[WHAT THE TASK REQUIRES]: Please copy out each line of the listing that contains the word "IFCEXTRUDEDAREASOLID".

[THE RECORDS]:
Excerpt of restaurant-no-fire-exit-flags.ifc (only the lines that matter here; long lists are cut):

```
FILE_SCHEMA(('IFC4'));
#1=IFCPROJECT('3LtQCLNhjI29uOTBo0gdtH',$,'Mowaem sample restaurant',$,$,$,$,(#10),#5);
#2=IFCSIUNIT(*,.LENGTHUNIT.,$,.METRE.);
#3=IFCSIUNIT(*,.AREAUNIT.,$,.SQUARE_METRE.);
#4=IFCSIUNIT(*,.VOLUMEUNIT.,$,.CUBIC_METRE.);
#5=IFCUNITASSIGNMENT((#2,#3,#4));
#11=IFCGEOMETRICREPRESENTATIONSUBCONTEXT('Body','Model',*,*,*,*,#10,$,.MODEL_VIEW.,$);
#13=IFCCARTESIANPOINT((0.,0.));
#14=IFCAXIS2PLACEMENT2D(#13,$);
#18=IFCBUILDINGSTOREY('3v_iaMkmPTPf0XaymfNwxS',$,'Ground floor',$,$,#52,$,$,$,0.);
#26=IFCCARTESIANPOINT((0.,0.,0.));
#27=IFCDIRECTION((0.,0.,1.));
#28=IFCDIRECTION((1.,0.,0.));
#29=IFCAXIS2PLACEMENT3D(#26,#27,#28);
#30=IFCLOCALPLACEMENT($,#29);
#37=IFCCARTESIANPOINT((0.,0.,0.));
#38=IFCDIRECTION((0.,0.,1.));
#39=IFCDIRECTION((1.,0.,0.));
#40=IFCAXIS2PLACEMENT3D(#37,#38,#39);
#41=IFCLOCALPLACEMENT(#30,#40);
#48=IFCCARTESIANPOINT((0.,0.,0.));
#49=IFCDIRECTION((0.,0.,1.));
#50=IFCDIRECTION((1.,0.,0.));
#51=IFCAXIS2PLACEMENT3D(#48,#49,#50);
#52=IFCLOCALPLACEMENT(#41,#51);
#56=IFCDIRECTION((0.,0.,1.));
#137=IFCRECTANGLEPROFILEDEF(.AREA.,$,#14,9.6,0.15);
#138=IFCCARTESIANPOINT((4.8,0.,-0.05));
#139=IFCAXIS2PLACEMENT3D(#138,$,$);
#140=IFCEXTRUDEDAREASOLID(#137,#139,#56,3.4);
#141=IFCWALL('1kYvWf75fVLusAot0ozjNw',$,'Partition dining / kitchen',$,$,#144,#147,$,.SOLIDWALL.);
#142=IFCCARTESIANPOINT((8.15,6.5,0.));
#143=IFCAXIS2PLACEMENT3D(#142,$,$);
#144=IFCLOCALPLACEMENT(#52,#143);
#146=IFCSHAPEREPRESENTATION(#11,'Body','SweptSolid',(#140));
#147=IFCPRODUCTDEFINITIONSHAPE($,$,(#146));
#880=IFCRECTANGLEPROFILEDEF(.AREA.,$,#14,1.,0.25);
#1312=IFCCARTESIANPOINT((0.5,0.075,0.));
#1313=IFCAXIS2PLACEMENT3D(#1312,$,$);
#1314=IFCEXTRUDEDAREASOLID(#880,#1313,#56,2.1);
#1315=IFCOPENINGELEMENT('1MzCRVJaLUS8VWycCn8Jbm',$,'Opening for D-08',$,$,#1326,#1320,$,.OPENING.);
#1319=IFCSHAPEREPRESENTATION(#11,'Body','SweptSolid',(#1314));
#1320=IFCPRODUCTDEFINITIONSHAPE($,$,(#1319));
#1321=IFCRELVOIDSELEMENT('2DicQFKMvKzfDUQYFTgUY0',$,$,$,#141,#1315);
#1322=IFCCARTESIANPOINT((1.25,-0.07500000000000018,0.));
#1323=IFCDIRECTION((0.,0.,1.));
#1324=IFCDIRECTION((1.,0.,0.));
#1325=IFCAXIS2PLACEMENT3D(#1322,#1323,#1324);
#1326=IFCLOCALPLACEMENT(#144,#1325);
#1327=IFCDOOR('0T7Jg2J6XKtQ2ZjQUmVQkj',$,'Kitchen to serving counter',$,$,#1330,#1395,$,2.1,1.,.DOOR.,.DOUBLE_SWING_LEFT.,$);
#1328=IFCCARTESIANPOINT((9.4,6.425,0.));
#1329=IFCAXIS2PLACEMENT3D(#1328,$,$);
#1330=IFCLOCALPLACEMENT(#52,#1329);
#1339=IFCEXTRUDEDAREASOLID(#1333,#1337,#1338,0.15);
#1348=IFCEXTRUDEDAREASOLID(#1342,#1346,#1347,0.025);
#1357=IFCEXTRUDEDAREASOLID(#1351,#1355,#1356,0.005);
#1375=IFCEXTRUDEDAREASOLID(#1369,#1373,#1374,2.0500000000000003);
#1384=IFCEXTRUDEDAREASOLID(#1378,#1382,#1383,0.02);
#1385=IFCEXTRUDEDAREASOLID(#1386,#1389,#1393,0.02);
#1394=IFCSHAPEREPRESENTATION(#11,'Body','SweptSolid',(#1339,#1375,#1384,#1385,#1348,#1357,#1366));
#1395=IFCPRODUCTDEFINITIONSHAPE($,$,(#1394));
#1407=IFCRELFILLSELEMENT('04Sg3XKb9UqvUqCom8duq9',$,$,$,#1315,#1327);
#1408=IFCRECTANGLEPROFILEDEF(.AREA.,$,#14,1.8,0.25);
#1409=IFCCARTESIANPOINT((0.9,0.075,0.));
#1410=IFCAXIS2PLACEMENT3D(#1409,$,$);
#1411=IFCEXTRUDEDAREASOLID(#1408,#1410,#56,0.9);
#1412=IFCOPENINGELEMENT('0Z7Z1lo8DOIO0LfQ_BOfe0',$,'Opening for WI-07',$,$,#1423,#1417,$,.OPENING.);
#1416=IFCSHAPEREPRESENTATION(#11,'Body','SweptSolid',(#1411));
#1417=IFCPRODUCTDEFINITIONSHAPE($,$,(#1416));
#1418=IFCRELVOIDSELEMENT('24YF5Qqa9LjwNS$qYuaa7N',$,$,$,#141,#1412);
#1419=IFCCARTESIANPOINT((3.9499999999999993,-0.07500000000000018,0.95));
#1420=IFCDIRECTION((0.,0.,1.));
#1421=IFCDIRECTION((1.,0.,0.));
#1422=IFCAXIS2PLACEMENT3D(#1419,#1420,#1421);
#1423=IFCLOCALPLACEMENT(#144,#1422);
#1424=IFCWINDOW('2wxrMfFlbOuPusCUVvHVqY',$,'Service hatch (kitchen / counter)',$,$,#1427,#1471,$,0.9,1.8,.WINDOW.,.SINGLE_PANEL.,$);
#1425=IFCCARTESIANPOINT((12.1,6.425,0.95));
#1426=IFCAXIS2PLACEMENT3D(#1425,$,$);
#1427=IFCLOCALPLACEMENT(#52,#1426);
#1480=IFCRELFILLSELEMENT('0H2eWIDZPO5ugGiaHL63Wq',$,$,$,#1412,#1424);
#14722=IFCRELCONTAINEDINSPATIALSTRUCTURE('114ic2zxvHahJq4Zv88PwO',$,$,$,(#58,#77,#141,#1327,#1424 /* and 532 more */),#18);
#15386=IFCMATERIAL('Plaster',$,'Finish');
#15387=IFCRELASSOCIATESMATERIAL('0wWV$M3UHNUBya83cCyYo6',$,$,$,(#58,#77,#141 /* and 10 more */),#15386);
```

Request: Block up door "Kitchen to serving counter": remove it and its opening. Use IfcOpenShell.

```python
import ifcopenshell
import ifcopenshell.api.feature
import ifcopenshell.api.root
import ifcopenshell.geom
import ifcopenshell.util.shape

model = ifcopenshell.open("restaurant-no-fire-exit-flags.ifc")
settings = ifcopenshell.geom.settings()


def volume(element):
    """Net volume in cubic metres, openings subtracted."""
    shape = ifcopenshell.geom.create_shape(settings, element)
    return ifcopenshell.util.shape.get_volume(shape.geometry)


door = model.by_guid("0T7Jg2J6XKtQ2ZjQUmVQkj")
opening = door.FillsVoids[0].RelatingOpeningElement
wall = opening.VoidsElements[0].RelatingBuildingElement
before = volume(wall)

ifcopenshell.api.root.remove_product(model, product=door)
ifcopenshell.api.feature.remove_feature(model, feature=opening)

after = volume(wall)

print(f"wall volume {before:.3f} -> {after:.3f} m3")

model.write("restaurant-no-fire-exit-flags-out.ifc")
```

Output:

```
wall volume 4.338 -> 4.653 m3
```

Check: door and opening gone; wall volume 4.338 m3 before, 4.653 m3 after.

[TASK ANSWER]:
#140=IFCEXTRUDEDAREASOLID(#137,#139,#56,3.4);
#1314=IFCEXTRUDEDAREASOLID(#880,#1313,#56,2.1);
#1339=IFCEXTRUDEDAREASOLID(#1333,#1337,#1338,0.15);
#1348=IFCEXTRUDEDAREASOLID(#1342,#1346,#1347,0.025);
#1357=IFCEXTRUDEDAREASOLID(#1351,#1355,#1356,0.005);
#1375=IFCEXTRUDEDAREASOLID(#1369,#1373,#1374,2.0500000000000003);
#1384=IFCEXTRUDEDAREASOLID(#1378,#1382,#1383,0.02);
#1385=IFCEXTRUDEDAREASOLID(#1386,#1389,#1393,0.02);
#1411=IFCEXTRUDEDAREASOLID(#1408,#1410,#56,0.9);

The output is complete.